- [WHAT NEEDS TO BE DONE]:
What you produce should be every line from the data that includes "IFCSIUNIT".

- [Dataset entries]:
= Beginning of Section =
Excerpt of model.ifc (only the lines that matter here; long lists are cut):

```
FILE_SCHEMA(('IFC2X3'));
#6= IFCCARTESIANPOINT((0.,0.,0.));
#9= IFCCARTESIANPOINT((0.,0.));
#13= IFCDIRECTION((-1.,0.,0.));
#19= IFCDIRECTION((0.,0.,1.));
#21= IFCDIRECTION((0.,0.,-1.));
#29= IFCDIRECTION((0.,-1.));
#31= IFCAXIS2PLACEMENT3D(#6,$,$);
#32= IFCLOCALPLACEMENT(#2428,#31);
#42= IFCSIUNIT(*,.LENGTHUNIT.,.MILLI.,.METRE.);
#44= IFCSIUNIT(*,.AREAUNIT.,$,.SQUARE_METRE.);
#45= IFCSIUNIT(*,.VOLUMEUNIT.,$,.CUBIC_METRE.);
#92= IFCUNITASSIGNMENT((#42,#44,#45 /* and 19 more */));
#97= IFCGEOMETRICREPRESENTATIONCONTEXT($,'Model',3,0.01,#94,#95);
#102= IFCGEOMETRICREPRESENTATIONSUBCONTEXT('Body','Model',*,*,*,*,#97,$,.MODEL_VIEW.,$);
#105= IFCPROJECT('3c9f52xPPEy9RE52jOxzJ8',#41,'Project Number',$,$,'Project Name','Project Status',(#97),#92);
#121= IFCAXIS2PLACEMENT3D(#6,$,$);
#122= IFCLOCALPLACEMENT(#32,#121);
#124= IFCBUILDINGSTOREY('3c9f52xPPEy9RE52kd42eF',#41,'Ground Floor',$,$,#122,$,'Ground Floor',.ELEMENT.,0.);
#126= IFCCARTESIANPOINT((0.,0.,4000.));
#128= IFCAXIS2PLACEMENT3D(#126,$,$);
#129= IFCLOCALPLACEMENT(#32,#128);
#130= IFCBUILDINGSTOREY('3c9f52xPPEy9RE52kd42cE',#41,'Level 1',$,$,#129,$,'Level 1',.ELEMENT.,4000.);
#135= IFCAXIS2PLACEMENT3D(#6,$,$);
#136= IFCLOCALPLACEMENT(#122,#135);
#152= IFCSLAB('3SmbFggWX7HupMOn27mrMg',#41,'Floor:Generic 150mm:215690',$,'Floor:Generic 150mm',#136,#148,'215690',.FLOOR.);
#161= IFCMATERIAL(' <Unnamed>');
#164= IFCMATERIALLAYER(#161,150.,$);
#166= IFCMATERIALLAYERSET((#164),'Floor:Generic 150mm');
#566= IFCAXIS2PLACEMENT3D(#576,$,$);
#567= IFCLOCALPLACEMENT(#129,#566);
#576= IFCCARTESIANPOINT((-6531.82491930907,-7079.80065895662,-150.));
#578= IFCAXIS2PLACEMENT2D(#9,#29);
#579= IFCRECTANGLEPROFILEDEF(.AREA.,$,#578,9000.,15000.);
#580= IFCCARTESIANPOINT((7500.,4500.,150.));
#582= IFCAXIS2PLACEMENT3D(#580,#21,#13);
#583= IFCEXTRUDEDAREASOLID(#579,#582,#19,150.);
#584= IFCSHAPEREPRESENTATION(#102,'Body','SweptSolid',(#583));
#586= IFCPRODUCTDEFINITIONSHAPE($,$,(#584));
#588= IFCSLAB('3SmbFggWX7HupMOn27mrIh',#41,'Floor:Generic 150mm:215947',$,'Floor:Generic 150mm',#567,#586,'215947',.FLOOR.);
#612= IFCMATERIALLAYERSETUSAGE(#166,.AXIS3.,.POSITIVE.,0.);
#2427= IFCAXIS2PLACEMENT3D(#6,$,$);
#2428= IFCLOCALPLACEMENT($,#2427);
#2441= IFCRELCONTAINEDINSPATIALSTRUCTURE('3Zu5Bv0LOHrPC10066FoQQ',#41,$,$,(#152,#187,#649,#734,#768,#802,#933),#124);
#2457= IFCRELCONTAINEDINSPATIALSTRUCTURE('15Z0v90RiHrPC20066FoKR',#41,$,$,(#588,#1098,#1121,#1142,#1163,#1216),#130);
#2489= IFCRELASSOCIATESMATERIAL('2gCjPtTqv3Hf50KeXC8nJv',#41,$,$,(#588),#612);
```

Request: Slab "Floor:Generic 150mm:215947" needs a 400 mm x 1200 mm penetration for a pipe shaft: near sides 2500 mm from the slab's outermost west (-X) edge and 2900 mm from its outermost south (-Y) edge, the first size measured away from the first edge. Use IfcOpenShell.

```python
import numpy as np
import ifcopenshell
import ifcopenshell.api.feature
import ifcopenshell.api.geometry
import ifcopenshell.api.root
import ifcopenshell.geom
import ifcopenshell.util.placement
import ifcopenshell.util.representation
import ifcopenshell.util.shape
import ifcopenshell.util.unit

model = ifcopenshell.open("model.ifc")
unit_scale = ifcopenshell.util.unit.calculate_unit_scale(model)
settings = ifcopenshell.geom.settings()


def volume(element):
    """Net volume in cubic metres, openings subtracted."""
    shape = ifcopenshell.geom.create_shape(settings, element)
    return ifcopenshell.util.shape.get_volume(shape.geometry)


slab = model.by_id(588)
before = volume(slab)

# Extent in the slab's own axes, in metres. The edges named are its -X and -Y sides.
slab_shape = ifcopenshell.geom.create_shape(settings, slab)
vertices = ifcopenshell.util.shape.get_vertices(slab_shape.geometry)
x_min, y_min, bottom = vertices.min(axis=0)
top = vertices[:, 2].max()

opening = ifcopenshell.api.root.create_entity(model, ifc_class="IfcOpeningElement", name="Pipe shaft opening")
context = ifcopenshell.util.representation.get_context(model, "Model", "Body", "MODEL_VIEW")
width, depth = 0.4, 1.2
outline = [(0.0, 0.0), (width, 0.0), (width, depth), (0.0, depth), (0.0, 0.0)]
# Overshoot both faces by 50 mm so the cut is clean.
shape = ifcopenshell.api.geometry.add_slab_representation(
    model, context=context, depth=top - bottom + 0.1, polyline=outline
)
ifcopenshell.api.geometry.assign_representation(model, product=opening, representation=shape)

matrix = ifcopenshell.util.placement.get_local_placement(slab.ObjectPlacement)
matrix[:, 3] = matrix @ np.append(np.array([x_min + 2.5, y_min + 2.9, bottom - 0.05]) / unit_scale, 1.0)
ifcopenshell.api.geometry.edit_object_placement(model, product=opening, matrix=matrix, is_si=False)
ifcopenshell.api.feature.add_feature(model, feature=opening, element=slab)

after = volume(slab)

print(f"slab volume {before:.3f} -> {after:.3f} m3")

model.write("model_edited.ifc")
```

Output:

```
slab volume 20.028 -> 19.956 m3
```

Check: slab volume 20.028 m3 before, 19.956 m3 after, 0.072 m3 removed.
= End of Section =
- [EXERCISE RESPONSE]:
#42= IFCSIUNIT(*,.LENGTHUNIT.,.MILLI.,.METRE.);
#44= IFCSIUNIT(*,.AREAUNIT.,$,.SQUARE_METRE.);
#45= IFCSIUNIT(*,.VOLUMEUNIT.,$,.CUBIC_METRE.);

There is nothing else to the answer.